Perhaps this "smart" invocation of CTFE interleaved with AST manipulation is part of what imparts some validity to the term "compile-time" as referring to the entire process as a whole. However, hopefully by now you have also acquired a better understanding of why there are really (at least) two different "compile-times": an early phase where AST manipulation happens, and a later phase at CTFE which is very much like runtime except that it just so happens to be done inside the compiler.

Case Study: pragma(msg) and CTFE

Another common complaint by D learners arises from trying to debug CTFE functions, and pertains to the "strange" way in which pragma(msg) behaves in CTFE.

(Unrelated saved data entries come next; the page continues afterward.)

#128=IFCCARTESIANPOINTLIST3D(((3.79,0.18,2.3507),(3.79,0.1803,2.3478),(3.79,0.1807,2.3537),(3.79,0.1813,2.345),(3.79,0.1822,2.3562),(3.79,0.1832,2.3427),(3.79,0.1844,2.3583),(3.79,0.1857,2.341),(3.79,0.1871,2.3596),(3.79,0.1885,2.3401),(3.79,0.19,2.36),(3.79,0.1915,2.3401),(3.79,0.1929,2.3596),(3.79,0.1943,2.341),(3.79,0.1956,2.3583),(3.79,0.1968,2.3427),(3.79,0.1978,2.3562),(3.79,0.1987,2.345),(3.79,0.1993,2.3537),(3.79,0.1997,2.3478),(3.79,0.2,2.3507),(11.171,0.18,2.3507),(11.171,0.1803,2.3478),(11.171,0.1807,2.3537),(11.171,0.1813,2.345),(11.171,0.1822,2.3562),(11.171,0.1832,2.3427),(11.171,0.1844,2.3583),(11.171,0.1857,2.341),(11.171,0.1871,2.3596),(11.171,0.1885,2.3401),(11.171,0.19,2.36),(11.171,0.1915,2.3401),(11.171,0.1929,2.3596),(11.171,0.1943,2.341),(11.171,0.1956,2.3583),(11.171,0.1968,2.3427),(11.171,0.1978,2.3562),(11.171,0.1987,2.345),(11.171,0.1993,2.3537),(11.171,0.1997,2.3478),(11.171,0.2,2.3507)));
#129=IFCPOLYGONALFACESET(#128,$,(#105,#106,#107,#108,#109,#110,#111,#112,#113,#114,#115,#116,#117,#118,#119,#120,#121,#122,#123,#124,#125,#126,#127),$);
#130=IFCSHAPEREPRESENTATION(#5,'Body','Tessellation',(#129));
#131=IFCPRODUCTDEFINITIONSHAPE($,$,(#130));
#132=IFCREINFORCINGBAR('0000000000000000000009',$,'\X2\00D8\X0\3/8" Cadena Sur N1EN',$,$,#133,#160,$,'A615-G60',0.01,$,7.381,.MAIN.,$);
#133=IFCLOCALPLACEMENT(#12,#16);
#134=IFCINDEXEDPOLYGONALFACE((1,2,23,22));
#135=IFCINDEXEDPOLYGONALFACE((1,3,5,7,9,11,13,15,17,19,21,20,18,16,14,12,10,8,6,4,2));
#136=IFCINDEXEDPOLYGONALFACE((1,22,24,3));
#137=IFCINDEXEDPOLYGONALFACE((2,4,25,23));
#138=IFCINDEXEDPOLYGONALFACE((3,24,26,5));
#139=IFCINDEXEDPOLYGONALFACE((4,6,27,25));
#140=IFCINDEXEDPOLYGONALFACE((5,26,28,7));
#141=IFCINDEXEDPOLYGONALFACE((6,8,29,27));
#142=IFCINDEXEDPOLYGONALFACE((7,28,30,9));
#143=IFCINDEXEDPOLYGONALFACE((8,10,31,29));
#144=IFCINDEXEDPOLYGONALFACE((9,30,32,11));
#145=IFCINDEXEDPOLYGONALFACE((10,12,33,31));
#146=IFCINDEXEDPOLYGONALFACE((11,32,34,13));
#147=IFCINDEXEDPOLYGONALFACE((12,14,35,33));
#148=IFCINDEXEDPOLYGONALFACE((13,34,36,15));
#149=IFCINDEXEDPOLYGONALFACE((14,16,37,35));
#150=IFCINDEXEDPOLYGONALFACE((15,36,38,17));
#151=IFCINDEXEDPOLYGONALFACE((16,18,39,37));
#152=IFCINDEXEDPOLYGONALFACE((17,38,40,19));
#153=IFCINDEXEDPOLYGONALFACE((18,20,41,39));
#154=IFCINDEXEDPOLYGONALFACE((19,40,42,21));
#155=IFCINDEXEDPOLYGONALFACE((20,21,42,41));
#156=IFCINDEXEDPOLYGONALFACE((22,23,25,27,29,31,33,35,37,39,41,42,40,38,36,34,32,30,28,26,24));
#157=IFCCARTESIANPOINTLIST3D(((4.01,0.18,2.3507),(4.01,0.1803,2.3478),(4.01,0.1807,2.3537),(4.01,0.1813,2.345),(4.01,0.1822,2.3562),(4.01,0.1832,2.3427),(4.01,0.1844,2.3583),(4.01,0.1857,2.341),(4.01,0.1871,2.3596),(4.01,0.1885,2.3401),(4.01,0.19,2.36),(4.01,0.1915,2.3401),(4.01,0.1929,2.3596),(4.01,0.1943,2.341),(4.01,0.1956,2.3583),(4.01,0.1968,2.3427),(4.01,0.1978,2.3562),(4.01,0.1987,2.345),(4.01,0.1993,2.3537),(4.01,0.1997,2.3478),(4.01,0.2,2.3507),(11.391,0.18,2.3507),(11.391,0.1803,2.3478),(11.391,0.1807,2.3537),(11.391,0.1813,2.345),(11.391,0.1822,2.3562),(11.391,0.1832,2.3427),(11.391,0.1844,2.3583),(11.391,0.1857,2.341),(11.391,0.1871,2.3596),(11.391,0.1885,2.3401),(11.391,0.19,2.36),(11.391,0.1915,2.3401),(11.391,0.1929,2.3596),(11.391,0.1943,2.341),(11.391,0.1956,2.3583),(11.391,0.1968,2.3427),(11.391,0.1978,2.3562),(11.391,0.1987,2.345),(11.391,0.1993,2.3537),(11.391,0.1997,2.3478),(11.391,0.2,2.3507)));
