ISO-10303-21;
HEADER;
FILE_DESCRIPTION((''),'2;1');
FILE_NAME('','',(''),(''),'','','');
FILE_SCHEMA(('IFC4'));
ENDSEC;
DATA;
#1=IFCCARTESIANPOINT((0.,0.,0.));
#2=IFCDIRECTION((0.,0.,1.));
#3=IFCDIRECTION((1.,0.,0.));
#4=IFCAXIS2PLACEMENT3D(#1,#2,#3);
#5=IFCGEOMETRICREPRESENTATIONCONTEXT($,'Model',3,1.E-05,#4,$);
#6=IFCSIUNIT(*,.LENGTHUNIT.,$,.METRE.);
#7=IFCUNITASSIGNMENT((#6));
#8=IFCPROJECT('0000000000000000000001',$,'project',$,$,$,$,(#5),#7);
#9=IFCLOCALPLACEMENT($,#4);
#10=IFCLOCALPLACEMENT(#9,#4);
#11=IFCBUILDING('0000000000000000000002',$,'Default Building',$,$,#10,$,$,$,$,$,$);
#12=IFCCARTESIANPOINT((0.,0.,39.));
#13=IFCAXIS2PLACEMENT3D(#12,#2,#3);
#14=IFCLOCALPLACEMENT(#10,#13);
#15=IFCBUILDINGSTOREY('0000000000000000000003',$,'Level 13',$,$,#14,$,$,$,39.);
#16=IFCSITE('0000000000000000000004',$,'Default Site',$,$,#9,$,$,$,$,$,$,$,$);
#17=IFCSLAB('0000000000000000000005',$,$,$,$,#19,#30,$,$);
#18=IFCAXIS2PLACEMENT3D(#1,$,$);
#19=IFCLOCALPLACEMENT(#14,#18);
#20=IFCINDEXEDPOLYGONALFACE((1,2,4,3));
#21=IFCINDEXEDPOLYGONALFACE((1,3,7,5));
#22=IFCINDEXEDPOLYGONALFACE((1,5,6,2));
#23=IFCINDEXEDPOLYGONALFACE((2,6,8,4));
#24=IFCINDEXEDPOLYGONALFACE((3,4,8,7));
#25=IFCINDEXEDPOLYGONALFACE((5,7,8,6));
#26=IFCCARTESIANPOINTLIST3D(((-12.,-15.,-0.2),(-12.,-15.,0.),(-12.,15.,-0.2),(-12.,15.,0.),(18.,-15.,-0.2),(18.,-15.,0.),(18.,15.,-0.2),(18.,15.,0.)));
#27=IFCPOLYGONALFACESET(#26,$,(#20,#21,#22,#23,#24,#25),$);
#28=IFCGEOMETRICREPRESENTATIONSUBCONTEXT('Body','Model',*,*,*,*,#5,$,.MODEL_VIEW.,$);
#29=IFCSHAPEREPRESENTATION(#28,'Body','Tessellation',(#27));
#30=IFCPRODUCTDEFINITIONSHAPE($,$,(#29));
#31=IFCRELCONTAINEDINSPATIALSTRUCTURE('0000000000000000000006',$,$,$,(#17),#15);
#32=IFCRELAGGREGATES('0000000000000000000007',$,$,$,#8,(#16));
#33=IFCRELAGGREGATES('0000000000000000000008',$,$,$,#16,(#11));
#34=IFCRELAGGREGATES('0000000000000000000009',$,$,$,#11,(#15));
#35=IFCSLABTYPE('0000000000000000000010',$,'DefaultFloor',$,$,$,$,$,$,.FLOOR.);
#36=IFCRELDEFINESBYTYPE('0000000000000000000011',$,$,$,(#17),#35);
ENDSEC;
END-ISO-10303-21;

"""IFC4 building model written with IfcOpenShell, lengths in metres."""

from ifc_helpers import new_model, si_unit, frame, origin_with_axes, place, context, subcontext, project, spatial, polyline, outline, extrude, type_object, element, save


model = new_model("IFC4")

# Units and contexts
model_context = context("Model", 3, precision=1e-05, world=origin_with_axes())
body_context = subcontext(model_context, "Body", "Model", "MODEL_VIEW")
ifc_project = project(units=[si_unit("LENGTHUNIT", "METRE")], contexts=[model_context])

# Site, building, storey
site_placement = place(None, origin_with_axes())
site = spatial("IfcSite", under=ifc_project, at=site_placement, Name="Default Site")
building_placement = place(site_placement, origin_with_axes())
building = spatial("IfcBuilding", under=site, at=building_placement, Name="Default Building")
storey_placement = place(building_placement, frame((0.0, 0.0, 39.0), z_axis=(0.0, 0.0, 1.0), x_axis=(1.0, 0.0, 0.0)))
storey = spatial("IfcBuildingStorey", under=building, at=storey_placement, Name="Level 13", Elevation=39.0)

# Slab
slab_type = type_object("IfcSlabType", Name="DefaultFloor", PredefinedType="FLOOR")
slab_placement = place(storey_placement, frame((0.0, 0.0, -39.0), z_axis=(0.0, 0.0, 1.0), x_axis=(1.0, 0.0, 0.0)))
element("IfcSlab", 1, at=slab_placement, inside=storey, type_object=slab_type, context=body_context, shape_type="SweptSolid", body=[
    extrude(outline(polyline([(-12.0, 15.0), (18.0, 15.0), (18.0, -15.0), (-12.0, -15.0), (-12.0, 15.0)])), frame((0.0, 0.0, 39.0), z_axis=(0.0, 0.0, 1.0), x_axis=(1.0, 0.0, 0.0)), (0.0, 0.0, -1.0), 0.2),
])

save(model, "model.ifc")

First of all, if you're not familiar with it, pragma(msg) is a handy compiler feature that lets you debug certain compile-time processes. Every time the compiler sees a pragma(msg) directive during compilation, it outputs whatever message is specified as arguments to the pragma. For example:

template MyTemplate(T)
{
    pragma(msg, "instantiating MyTemplate with T=" ~ T.stringof);
    // ... insert actual code here
}

This causes the compiler to print "instantiating MyTemplate with T=..." each time MyTemplate is instantiated, which can be a useful debugging tool to trace exactly what instantiations are being used in the code.

So far so good.

Complaints, however, tend to arise when people attempt to do things like this:

int ctfeFunc(int x)
{
    if (x < 100)
        return x;
    else
    {
        pragma(msg, "bad value passed in");
        return -1;
    }
}
enum x = ctfeFunc(50); // N.B.: enum forces CTFE on ctfeFunc

Even though the argument 50 is well within the bounds of what ctfeFunc can handle, the compiler persistently prints "bad value passed in". And it does the same if the argument is changed to something the function ostensibly rejects, like 101. What gives?

"Compiler bug!" some would scream.

By now, however, hopefully you can guess at the answer.